■ **TASK STATEMENT**
In the records below, the line with "#79=IFCLOCALPLACEMENT($,#18);" opens the range and the line with "#90=IFCBEAM('0000000000000000000011',$,'B269',$,$,#91,#101,$,$);" closes it; print that range exactly and nothing else.

■ **Stored data entries**
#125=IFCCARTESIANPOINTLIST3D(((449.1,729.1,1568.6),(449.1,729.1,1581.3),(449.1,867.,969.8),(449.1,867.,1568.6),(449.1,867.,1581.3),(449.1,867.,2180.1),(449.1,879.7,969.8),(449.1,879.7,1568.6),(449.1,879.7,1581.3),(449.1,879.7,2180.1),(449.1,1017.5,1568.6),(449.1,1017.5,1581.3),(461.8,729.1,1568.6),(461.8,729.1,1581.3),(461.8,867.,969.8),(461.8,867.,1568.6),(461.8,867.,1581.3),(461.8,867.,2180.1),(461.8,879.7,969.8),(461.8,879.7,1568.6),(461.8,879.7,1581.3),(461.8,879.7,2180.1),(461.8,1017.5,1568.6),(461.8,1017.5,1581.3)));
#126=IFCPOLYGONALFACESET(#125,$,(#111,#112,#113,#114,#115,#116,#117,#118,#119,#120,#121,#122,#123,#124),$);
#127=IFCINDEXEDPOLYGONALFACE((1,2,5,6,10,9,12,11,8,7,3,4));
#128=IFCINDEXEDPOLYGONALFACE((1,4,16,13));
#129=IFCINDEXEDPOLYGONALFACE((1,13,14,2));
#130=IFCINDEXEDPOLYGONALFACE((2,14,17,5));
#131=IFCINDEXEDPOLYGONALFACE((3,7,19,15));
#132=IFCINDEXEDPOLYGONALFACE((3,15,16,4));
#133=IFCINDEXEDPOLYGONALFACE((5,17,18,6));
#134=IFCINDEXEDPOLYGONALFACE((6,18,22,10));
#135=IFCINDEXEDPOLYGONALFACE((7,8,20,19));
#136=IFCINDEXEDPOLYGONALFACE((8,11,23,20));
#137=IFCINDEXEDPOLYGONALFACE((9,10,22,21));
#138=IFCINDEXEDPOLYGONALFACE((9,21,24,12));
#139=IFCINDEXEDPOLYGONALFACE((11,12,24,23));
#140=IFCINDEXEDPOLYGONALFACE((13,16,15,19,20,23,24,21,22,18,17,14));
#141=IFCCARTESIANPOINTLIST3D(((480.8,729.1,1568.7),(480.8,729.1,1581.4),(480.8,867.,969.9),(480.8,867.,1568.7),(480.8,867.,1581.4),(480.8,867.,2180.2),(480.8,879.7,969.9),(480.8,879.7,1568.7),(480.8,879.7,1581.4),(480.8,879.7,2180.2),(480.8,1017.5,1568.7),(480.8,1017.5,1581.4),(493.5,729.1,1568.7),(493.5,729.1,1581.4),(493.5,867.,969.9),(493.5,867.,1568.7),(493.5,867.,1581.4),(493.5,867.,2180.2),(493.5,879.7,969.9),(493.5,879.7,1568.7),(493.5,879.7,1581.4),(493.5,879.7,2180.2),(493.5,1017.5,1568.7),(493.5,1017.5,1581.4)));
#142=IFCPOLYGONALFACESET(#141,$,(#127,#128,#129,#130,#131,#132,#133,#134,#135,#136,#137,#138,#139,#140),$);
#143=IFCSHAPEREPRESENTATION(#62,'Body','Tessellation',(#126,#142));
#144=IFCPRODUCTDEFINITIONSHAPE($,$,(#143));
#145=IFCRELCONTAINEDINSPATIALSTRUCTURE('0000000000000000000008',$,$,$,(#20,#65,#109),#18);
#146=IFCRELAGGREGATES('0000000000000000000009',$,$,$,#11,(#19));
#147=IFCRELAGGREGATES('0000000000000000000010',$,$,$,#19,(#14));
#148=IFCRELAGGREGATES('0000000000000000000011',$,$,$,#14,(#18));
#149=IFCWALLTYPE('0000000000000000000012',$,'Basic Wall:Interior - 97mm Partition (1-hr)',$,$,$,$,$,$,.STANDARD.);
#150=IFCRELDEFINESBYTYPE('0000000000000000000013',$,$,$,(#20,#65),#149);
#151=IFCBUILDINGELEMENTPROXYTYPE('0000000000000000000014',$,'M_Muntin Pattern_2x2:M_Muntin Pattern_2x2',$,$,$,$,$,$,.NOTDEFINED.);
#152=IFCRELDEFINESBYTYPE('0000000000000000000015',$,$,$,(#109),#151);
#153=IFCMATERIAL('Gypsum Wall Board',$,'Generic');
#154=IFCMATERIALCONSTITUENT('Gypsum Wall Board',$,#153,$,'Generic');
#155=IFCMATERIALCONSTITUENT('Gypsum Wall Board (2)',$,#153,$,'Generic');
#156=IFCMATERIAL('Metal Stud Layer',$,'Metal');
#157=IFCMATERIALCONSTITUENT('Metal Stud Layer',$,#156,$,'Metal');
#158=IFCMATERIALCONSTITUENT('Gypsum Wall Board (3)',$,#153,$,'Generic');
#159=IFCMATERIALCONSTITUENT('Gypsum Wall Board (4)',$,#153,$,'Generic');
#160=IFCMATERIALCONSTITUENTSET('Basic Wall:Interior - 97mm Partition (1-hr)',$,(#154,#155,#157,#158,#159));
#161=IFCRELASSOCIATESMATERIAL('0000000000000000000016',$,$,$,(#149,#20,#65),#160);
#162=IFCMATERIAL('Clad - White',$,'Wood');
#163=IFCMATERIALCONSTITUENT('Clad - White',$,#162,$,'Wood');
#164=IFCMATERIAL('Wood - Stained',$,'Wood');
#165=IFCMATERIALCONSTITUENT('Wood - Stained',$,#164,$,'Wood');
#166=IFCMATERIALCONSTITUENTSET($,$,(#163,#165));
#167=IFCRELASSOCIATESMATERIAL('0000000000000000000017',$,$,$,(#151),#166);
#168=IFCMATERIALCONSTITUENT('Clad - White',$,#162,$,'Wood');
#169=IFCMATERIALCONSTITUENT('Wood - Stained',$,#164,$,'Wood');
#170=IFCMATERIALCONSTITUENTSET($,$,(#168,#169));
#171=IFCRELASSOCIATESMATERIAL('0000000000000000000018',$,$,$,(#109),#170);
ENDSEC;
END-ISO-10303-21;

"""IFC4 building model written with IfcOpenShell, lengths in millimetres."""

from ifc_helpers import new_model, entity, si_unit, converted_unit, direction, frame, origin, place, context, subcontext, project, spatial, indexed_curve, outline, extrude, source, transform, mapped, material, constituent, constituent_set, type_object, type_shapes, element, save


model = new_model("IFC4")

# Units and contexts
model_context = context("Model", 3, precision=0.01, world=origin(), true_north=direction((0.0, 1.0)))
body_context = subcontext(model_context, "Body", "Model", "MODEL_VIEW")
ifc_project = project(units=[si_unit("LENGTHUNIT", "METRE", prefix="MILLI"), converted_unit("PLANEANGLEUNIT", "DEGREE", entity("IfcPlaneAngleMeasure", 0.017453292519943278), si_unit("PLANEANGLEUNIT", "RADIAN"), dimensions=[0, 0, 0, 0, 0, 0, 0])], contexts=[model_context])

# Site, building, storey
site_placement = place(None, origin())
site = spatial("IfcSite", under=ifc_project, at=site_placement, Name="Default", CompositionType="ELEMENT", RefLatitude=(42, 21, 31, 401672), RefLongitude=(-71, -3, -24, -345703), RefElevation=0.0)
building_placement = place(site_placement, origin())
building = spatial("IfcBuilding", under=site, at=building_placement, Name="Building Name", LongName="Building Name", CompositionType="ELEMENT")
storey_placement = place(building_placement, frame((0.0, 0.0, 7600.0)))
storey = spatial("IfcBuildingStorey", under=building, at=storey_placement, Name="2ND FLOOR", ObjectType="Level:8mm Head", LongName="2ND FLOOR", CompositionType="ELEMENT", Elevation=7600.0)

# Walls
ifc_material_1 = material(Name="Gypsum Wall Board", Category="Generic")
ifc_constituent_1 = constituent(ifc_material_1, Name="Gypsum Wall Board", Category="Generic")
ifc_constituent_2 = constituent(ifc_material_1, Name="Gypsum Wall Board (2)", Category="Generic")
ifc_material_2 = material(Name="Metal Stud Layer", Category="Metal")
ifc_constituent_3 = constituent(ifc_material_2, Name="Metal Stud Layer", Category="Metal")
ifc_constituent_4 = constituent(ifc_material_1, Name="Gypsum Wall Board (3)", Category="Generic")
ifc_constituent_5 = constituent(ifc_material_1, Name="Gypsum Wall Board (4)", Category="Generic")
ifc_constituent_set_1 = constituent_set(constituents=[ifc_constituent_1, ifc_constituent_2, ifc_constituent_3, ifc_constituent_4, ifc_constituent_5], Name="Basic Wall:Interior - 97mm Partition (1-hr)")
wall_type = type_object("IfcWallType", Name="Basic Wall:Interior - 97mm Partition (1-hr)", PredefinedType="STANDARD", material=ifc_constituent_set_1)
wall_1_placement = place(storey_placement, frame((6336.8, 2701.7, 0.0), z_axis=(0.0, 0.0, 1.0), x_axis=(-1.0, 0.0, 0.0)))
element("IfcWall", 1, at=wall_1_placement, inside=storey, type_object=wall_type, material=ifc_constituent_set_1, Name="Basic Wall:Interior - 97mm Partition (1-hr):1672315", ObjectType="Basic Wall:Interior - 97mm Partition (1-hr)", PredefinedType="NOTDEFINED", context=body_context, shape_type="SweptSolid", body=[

---

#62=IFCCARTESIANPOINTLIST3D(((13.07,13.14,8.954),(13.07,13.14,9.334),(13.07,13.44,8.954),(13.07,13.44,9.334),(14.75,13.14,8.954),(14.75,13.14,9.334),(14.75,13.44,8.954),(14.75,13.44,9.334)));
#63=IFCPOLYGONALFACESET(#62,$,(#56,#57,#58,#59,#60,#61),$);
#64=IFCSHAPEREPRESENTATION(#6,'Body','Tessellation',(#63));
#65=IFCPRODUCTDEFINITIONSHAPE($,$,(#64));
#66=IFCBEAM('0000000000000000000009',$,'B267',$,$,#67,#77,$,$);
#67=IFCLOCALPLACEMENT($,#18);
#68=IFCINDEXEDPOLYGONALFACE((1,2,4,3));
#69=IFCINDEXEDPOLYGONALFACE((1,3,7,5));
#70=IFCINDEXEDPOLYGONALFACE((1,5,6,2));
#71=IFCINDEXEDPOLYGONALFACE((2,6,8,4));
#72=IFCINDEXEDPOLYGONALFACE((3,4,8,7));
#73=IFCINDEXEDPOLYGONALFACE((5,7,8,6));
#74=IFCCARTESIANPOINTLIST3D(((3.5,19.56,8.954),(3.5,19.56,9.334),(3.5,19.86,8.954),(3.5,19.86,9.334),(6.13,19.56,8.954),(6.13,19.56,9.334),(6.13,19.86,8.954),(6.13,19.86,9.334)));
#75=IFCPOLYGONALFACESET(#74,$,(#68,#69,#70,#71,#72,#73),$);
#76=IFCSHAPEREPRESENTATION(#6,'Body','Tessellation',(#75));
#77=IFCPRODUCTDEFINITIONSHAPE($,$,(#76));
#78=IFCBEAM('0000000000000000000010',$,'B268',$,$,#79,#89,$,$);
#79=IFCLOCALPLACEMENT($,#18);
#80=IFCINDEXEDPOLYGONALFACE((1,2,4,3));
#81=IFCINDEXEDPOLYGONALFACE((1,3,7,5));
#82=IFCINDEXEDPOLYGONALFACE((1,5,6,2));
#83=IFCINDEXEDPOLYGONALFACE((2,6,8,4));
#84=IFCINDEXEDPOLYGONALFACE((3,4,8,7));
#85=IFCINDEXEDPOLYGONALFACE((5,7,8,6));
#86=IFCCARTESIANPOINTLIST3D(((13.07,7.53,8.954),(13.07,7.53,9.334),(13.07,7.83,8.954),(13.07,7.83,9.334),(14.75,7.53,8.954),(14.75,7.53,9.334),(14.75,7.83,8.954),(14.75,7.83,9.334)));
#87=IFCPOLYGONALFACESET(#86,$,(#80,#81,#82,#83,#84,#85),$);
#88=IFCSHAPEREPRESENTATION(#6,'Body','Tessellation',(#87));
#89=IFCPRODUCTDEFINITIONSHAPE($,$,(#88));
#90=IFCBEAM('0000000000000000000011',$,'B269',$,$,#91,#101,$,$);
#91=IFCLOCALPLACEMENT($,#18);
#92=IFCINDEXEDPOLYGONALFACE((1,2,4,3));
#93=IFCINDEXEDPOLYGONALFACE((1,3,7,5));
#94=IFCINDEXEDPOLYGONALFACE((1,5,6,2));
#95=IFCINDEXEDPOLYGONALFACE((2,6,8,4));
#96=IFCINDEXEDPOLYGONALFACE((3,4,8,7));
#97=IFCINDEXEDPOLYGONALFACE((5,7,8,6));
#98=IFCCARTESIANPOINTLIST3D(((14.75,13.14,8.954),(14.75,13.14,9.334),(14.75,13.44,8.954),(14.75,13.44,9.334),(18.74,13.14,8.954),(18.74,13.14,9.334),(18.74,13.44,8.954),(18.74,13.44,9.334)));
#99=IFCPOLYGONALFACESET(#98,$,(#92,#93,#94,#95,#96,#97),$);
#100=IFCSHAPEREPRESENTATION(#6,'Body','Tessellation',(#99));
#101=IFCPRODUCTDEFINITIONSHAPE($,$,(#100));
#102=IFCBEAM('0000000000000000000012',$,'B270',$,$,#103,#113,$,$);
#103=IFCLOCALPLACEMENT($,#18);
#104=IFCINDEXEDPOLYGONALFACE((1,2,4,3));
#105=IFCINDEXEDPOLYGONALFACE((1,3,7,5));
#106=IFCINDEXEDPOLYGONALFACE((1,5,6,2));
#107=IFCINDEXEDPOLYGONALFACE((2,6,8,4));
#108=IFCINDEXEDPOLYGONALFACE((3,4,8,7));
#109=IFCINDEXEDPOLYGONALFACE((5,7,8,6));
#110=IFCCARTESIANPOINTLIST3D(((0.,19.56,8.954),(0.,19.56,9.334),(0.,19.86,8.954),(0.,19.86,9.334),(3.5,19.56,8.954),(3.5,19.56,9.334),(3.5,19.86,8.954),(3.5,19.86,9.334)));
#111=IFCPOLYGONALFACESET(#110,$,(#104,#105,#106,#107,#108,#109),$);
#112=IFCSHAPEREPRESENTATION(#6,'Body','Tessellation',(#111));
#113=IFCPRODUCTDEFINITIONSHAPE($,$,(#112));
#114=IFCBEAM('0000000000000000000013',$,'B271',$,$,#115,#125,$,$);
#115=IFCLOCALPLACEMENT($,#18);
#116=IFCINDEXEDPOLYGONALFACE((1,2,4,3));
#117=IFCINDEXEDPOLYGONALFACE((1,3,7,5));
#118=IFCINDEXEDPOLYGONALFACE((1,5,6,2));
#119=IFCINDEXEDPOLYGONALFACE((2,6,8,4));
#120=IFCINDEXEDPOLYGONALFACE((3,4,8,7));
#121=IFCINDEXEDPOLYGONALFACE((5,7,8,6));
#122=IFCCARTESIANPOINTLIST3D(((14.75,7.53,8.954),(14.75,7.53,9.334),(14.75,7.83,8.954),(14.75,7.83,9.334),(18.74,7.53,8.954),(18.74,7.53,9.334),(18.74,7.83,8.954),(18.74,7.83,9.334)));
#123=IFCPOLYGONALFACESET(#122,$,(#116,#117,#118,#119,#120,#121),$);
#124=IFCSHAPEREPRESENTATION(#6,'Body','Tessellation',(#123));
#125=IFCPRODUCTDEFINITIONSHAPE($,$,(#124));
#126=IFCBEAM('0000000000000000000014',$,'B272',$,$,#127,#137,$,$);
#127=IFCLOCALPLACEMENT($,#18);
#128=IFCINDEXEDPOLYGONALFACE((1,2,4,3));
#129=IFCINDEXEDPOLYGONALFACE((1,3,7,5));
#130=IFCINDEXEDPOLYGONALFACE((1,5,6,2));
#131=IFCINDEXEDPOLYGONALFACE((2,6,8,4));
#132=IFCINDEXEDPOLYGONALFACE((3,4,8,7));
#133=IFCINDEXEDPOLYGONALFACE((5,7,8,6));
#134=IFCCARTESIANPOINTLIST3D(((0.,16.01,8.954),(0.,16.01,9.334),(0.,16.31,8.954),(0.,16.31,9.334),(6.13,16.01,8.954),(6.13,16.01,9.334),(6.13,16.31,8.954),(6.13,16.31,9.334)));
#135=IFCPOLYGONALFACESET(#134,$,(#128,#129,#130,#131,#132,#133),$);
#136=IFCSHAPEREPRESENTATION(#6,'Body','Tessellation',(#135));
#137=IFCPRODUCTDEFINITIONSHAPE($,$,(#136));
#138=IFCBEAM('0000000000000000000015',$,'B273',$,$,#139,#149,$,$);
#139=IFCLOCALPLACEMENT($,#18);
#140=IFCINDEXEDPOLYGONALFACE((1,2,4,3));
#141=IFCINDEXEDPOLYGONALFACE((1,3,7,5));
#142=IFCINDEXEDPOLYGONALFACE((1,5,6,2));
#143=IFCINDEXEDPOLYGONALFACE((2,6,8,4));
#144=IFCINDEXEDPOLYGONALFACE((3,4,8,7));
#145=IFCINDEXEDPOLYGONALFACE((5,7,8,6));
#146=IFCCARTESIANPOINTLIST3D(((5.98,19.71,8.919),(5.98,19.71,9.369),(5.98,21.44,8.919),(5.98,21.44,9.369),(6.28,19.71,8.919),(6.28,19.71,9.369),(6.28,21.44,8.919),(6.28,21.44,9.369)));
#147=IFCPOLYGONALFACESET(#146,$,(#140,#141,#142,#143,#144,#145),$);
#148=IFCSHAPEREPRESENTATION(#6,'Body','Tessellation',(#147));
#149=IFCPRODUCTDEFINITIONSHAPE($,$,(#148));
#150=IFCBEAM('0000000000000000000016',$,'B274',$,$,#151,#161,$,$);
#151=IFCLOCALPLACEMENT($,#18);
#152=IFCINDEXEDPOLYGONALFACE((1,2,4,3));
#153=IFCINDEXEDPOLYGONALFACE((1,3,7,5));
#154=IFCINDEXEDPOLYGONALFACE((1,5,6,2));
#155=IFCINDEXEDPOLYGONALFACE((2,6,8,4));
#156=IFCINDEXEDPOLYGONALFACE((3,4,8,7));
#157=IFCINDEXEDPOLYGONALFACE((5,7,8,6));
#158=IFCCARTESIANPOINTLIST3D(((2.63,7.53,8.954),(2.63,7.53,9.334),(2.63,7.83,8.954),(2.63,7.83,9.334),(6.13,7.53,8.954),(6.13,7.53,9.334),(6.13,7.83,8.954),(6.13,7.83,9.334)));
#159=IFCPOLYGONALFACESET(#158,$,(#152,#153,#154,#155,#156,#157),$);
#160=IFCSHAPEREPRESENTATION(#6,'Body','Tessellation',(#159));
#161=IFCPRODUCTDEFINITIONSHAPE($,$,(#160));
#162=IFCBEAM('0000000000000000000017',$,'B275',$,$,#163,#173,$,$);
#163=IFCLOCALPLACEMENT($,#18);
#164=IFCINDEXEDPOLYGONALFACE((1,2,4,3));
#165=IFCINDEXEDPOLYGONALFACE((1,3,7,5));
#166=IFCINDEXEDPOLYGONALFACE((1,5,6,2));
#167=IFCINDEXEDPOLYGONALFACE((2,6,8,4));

■ **EXERCISE RESULT**
#79=IFCLOCALPLACEMENT($,#18);
#80=IFCINDEXEDPOLYGONALFACE((1,2,4,3));
#81=IFCINDEXEDPOLYGONALFACE((1,3,7,5));
#82=IFCINDEXEDPOLYGONALFACE((1,5,6,2));
#83=IFCINDEXEDPOLYGONALFACE((2,6,8,4));
#84=IFCINDEXEDPOLYGONALFACE((3,4,8,7));
#85=IFCINDEXEDPOLYGONALFACE((5,7,8,6));
#86=IFCCARTESIANPOINTLIST3D(((13.07,7.53,8.954),(13.07,7.53,9.334),(13.07,7.83,8.954),(13.07,7.83,9.334),(14.75,7.53,8.954),(14.75,7.53,9.334),(14.75,7.83,8.954),(14.75,7.83,9.334)));
#87=IFCPOLYGONALFACESET(#86,$,(#80,#81,#82,#83,#84,#85),$);
#88=IFCSHAPEREPRESENTATION(#6,'Body','Tessellation',(#87));
#89=IFCPRODUCTDEFINITIONSHAPE($,$,(#88));
#90=IFCBEAM('0000000000000000000011',$,'B269',$,$,#91,#101,$,$);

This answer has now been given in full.